Secret memos show that the White House debated last year, to a greater degree than previously known, whether to limit habeas corpus rights for undocumented immigrants.



https://www.nytimes.com/2026/06/15/us/politics/trump-scharf-habeas-corpus-insurrection-act.html?unlocked_article_code=1.qVA.udsu.XAy4X9FMTHHA&smid=url-share

Last spring, Will Scharf, an arch-conservative lawyer serving as the White House staff secretary, wrote a secret memo to the chief of staff that reflected growing unease in the West Wing about one of the extreme measures being weighed by Stephen Miller, the powerful adviser driving President Trump’s deportation campaign.

Dated April 29, 2025, and stamped “confidential,” the memo was careful and lawyerly but amounted to a warning against end-running the rule of law.

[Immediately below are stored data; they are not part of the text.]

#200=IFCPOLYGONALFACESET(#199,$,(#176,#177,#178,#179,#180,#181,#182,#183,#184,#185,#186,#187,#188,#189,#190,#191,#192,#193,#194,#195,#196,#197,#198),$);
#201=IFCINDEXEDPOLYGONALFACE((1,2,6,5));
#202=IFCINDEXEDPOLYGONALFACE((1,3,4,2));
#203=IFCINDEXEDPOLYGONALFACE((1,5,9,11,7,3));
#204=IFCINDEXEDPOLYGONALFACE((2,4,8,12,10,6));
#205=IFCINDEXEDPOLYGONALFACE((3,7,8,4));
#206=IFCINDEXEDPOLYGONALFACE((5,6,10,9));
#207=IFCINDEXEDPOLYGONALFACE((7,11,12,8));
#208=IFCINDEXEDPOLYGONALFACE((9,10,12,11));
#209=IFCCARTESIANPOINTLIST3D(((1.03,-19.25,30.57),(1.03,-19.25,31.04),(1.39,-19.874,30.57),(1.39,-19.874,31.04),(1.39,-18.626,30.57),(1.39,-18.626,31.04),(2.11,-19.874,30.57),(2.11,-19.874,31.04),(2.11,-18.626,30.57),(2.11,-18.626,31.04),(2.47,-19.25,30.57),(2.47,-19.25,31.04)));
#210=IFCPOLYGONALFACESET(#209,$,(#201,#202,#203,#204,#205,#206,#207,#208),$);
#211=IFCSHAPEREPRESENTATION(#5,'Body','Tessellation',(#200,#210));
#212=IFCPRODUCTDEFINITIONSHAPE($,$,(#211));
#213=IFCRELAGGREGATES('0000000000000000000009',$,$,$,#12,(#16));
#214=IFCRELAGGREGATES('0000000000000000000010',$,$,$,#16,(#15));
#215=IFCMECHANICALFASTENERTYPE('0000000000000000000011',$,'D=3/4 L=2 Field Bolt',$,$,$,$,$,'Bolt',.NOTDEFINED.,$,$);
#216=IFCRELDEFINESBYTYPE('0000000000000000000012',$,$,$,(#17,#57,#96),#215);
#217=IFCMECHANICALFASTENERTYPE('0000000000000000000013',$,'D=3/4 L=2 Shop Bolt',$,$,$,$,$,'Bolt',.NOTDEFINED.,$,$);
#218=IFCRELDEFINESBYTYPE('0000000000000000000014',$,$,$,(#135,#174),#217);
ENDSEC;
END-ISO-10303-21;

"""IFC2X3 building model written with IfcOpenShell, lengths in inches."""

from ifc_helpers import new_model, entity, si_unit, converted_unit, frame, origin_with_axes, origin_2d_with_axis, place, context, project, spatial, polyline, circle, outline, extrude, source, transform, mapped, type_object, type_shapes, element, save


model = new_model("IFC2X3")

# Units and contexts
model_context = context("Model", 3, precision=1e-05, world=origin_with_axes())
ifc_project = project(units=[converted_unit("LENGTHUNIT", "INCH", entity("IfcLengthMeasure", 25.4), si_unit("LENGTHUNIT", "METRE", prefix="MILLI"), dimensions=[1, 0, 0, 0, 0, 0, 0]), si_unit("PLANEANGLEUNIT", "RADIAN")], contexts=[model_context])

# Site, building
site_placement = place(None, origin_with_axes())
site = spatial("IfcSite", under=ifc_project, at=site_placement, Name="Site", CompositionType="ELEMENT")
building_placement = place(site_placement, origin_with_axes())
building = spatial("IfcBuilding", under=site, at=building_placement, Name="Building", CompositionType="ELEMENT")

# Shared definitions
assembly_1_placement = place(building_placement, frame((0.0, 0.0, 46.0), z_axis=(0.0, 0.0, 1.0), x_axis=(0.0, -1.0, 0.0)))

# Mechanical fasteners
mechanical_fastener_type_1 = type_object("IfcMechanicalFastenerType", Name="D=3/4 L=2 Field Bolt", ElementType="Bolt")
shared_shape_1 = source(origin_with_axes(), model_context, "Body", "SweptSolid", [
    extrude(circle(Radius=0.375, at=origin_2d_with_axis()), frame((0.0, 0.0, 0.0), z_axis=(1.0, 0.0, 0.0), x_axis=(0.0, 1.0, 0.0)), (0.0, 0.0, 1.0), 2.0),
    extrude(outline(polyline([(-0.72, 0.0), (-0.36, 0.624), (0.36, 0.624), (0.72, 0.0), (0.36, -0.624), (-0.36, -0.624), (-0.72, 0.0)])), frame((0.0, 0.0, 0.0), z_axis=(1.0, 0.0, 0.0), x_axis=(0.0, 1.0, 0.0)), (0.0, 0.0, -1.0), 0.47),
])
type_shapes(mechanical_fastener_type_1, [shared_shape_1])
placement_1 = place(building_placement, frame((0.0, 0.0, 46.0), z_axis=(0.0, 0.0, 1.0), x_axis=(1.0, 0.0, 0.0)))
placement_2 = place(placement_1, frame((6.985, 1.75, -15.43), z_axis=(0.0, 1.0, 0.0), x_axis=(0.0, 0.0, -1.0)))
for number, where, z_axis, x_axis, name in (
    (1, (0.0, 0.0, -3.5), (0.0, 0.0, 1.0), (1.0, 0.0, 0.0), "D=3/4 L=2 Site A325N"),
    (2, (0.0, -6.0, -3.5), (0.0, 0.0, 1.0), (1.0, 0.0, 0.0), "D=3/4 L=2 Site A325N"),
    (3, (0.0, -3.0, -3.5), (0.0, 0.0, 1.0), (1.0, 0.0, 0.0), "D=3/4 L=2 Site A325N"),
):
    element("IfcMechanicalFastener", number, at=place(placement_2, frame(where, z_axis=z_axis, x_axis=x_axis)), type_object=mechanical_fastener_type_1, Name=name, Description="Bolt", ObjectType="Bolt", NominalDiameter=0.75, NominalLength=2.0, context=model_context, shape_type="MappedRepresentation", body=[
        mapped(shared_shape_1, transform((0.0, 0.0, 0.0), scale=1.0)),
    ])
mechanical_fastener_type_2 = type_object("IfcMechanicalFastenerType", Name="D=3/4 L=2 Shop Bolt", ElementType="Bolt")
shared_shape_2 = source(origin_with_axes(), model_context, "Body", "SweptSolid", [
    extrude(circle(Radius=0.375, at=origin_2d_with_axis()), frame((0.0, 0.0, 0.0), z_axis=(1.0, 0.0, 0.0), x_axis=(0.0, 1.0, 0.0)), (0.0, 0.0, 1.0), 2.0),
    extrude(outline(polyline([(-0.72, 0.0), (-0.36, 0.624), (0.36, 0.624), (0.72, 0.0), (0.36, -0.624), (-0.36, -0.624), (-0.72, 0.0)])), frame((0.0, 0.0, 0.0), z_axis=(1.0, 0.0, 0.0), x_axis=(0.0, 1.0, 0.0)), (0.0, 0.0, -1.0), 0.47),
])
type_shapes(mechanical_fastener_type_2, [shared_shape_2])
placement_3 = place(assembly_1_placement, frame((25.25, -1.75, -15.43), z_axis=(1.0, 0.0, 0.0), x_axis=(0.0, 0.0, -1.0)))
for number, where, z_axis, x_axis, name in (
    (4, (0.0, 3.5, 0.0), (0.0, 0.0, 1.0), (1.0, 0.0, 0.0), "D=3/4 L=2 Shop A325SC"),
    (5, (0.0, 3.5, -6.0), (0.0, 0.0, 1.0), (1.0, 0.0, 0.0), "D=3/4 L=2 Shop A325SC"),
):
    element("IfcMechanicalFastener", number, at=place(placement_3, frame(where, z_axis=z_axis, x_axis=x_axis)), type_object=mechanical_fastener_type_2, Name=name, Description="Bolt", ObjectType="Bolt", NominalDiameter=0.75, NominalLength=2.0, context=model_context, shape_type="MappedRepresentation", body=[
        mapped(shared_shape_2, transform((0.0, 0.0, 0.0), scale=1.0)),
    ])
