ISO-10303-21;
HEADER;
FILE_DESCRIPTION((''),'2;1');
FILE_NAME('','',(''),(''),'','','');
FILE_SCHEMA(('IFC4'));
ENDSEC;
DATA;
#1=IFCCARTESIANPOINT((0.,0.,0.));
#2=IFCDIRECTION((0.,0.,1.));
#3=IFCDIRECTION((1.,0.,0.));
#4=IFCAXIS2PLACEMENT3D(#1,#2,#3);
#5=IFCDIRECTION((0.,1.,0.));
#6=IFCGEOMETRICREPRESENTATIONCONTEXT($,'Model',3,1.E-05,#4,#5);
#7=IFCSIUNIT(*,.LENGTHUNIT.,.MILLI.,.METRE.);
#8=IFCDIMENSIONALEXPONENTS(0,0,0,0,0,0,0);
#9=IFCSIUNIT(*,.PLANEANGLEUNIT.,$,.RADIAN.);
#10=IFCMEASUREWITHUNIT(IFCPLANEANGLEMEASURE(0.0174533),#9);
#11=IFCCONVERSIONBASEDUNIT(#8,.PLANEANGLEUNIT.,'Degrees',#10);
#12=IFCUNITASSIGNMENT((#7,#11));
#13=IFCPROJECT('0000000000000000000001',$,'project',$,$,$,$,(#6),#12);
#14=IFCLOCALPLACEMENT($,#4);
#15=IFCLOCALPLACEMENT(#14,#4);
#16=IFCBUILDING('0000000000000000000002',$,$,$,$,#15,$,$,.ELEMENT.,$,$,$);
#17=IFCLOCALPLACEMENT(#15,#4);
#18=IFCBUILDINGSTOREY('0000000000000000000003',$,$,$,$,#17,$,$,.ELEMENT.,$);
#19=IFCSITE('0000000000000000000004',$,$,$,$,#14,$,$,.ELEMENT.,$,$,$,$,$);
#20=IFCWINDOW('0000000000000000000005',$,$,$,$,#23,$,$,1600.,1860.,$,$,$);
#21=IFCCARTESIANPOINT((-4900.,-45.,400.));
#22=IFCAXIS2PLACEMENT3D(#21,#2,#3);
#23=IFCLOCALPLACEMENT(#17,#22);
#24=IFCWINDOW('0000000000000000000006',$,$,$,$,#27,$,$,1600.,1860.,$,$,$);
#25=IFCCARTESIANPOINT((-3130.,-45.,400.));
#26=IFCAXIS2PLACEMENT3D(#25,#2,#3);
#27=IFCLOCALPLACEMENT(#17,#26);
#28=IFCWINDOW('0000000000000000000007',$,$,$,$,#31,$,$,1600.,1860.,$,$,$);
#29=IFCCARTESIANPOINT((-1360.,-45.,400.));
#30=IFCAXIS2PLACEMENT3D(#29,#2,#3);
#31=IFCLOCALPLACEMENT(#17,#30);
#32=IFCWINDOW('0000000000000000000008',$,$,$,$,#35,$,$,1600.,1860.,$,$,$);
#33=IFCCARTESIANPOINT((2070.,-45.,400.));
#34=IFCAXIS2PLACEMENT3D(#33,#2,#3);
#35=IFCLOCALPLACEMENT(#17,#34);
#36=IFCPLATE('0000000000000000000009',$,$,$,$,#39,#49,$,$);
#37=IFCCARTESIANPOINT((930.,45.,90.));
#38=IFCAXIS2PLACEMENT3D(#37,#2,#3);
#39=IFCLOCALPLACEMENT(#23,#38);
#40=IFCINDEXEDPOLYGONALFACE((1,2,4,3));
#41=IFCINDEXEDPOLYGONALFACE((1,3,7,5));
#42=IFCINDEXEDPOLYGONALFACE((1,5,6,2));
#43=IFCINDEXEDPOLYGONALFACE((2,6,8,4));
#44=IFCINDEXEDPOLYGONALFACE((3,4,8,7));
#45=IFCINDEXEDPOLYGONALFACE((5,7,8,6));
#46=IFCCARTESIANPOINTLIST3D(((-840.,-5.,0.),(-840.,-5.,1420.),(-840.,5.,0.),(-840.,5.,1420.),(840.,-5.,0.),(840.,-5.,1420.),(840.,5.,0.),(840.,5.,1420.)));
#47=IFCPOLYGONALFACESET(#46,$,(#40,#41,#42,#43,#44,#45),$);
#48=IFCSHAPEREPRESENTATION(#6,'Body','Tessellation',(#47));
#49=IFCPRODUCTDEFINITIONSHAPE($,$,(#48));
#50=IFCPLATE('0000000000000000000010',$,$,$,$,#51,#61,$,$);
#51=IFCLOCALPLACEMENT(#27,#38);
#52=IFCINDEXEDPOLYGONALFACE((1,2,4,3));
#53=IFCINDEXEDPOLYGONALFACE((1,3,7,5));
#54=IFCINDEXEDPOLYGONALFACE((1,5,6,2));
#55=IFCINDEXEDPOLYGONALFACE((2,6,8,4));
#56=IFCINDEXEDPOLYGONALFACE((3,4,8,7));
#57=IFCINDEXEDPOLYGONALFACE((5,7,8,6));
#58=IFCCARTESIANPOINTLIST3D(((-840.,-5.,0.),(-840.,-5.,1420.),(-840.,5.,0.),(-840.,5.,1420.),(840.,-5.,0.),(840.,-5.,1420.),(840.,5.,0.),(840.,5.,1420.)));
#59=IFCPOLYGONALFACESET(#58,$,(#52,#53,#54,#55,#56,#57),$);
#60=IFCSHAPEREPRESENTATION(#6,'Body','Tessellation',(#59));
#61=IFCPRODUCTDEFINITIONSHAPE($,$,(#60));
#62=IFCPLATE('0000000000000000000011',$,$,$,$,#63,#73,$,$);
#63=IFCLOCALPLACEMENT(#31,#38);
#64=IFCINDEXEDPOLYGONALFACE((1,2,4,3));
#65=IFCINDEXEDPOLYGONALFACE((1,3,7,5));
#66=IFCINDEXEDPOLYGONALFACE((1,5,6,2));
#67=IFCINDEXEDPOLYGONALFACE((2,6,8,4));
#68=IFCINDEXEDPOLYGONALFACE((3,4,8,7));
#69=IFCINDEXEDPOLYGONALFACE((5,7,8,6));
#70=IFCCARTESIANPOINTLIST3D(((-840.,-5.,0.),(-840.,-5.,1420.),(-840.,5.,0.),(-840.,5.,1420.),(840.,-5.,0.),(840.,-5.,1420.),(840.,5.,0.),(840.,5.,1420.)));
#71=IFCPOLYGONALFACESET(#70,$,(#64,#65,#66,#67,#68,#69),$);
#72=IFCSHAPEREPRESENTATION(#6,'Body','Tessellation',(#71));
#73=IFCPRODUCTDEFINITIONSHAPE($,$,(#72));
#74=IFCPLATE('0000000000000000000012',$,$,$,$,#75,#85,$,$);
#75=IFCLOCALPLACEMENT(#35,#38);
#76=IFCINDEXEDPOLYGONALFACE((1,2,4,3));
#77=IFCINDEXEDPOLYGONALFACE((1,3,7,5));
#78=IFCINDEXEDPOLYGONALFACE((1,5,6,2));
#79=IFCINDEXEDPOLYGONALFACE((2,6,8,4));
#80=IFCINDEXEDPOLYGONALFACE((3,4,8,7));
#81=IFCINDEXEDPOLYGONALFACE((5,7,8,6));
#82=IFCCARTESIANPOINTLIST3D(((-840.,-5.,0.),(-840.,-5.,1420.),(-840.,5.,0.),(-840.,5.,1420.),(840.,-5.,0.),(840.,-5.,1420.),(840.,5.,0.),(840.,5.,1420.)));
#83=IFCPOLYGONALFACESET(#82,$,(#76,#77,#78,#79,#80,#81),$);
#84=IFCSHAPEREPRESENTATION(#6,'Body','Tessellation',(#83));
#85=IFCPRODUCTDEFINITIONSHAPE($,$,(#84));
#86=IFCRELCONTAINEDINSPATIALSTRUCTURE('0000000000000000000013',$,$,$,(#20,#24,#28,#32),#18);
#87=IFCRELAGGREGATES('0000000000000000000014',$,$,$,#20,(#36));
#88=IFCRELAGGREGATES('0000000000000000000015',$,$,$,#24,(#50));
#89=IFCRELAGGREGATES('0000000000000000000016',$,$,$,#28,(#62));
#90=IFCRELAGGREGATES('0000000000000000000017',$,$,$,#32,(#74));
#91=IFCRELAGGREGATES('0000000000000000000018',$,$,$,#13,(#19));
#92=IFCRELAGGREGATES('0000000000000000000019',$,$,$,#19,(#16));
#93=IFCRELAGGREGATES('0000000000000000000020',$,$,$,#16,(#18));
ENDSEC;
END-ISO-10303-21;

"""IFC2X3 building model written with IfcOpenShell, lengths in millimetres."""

from ifc_helpers import new_model, entity, si_unit, converted_unit, direction, frame, origin_with_axes, place, context, project, spatial, polyline, outline, extrude, element, aggregate, save


model = new_model("IFC2X3")

# Units and contexts
model_context = context("Model", 3, precision=1e-05, world=origin_with_axes(), true_north=direction((0.0, 1.0, 0.0)))
ifc_project = project(units=[si_unit("LENGTHUNIT", "METRE", prefix="MILLI"), converted_unit("PLANEANGLEUNIT", "Degrees", entity("IfcPlaneAngleMeasure", 0.0174533), si_unit("PLANEANGLEUNIT", "RADIAN"), dimensions=[0, 0, 0, 0, 0, 0, 0])], contexts=[model_context])

# Site, building, storey
site_placement = place(None, origin_with_axes())
site = spatial("IfcSite", under=ifc_project, at=site_placement, CompositionType="ELEMENT")
building_placement = place(site_placement, origin_with_axes())
building = spatial("IfcBuilding", under=site, at=building_placement, CompositionType="ELEMENT")
storey_placement = place(building_placement, origin_with_axes())
storey = spatial("IfcBuildingStorey", under=building, at=storey_placement, CompositionType="ELEMENT")

# Windows
window_1_placement = place(storey_placement, frame((-4900.0, -45.0, 400.0), z_axis=(0.0, 0.0, 1.0), x_axis=(1.0, 0.0, 0.0)))
window_1 = element("IfcWindow", 1, at=window_1_placement, inside=storey, OverallHeight=1600.0, OverallWidth=1860.0)
window_2_placement = place(storey_placement, frame((-3130.0, -45.0, 400.0), z_axis=(0.0, 0.0, 1.0), x_axis=(1.0, 0.0, 0.0)))
window_2 = element("IfcWindow", 2, at=window_2_placement, inside=storey, OverallHeight=1600.0, OverallWidth=1860.0)
window_3_placement = place(storey_placement, frame((-1360.0, -45.0, 400.0), z_axis=(0.0, 0.0, 1.0), x_axis=(1.0, 0.0, 0.0)))
window_3 = element("IfcWindow", 3, at=window_3_placement, inside=storey, OverallHeight=1600.0, OverallWidth=1860.0)
window_4_placement = place(storey_placement, frame((2070.0, -45.0, 400.0), z_axis=(0.0, 0.0, 1.0), x_axis=(1.0, 0.0, 0.0)))
window_4 = element("IfcWindow", 4, at=window_4_placement, inside=storey, OverallHeight=1600.0, OverallWidth=1860.0)

# Plates
plate_1_placement = place(window_1_placement, frame((930.0, 45.0, 90.0), z_axis=(0.0, 0.0, 1.0), x_axis=(1.0, 0.0, 0.0)))
plate_1 = element("IfcPlate", 5, at=plate_1_placement, context=model_context, shape_type="SweptSolid", body=[
    extrude(outline(polyline([(-840.0, -5.0), (840.0, -5.0), (840.0, 5.0), (-840.0, 5.0), (-840.0, -5.0), (-840.0, -5.0)])), origin_with_axes(), (0.0, 0.0, 1.0), 1420.0),
])
aggregate(window_1, [plate_1])
plate_2_placement = place(window_2_placement, frame((930.0, 45.0, 90.0), z_axis=(0.0, 0.0, 1.0), x_axis=(1.0, 0.0, 0.0)))
plate_2 = element("IfcPlate", 6, at=plate_2_placement, context=model_context, shape_type="SweptSolid", body=[
    extrude(outline(polyline([(-840.0, -5.0), (840.0, -5.0), (840.0, 5.0), (-840.0, 5.0), (-840.0, -5.0), (-840.0, -5.0)])), origin_with_axes(), (0.0, 0.0, 1.0), 1420.0),
])
aggregate(window_2, [plate_2])
plate_3_placement = place(window_3_placement, frame((930.0, 45.0, 90.0), z_axis=(0.0, 0.0, 1.0), x_axis=(1.0, 0.0, 0.0)))
plate_3 = element("IfcPlate", 7, at=plate_3_placement, context=model_context, shape_type="SweptSolid", body=[
    extrude(outline(polyline([(-840.0, -5.0), (840.0, -5.0), (840.0, 5.0), (-840.0, 5.0), (-840.0, -5.0), (-840.0, -5.0)])), origin_with_axes(), (0.0, 0.0, 1.0), 1420.0),
])
aggregate(window_3, [plate_3])
plate_4_placement = place(window_4_placement, frame((930.0, 45.0, 90.0), z_axis=(0.0, 0.0, 1.0), x_axis=(1.0, 0.0, 0.0)))
plate_4 = element("IfcPlate", 8, at=plate_4_placement, context=model_context, shape_type="SweptSolid", body=[
    extrude(outline(polyline([(-840.0, -5.0), (840.0, -5.0), (840.0, 5.0), (-840.0, 5.0), (-840.0, -5.0), (-840.0, -5.0)])), origin_with_axes(), (0.0, 0.0, 1.0), 1420.0),
])
aggregate(window_4, [plate_4])

save(model, "model.ifc")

The subject line read: “THE WRIT OF HABEAS CORPUS.”.....

Inside the White House, Mr. Miller, the influential deputy chief of staff, saw an opening for an idea he had raised previously: What if Mr. Trump simply claimed the power to suspend habeas corpus?

Then the locked-up immigrants would be blocked from receiving hearings or even from seeking court orders to prevent their removal from the country. This was an opportunity for Mr. Trump not only to speed up deportations, but also to assert vastly expanded power over a legal system that was getting in his way......

Habeas corpus had been formally suspended only four times, most recently after Pearl Harbor. In every case, the country was at war or facing armed rebellion. Only Lincoln, at the start of the Civil War, had ever claimed the power without congressional authorization, and only during a long congressional recess......

Under immense public pressure, the administration would subsequently take a different course of action. The most vocal immigration hard-liner, Gregory Bovino, the Customs and Border Protection commander-at-large, was removed from his post, and the administration held back on ICE pushes in cities in the weeks after Mr. Pretti’s death.

Yet just as the idea of suspending habeas corpus was set aside but never fully abandoned by some inside the White House, the Insurrection Act, at least in the eyes of its proponents, would remain a loaded weapon in a West Wing eager to test the limits of presidential power.

There is a long and detailed article on the discussions in the trump White House on suspending the writ of habeas corpus or invoking the Insurrection Act. After reading this article, I am scared. Firing Bovino was the right move but I fear that if trump loses the midterms, we may see the writ of habeas corpus suspended.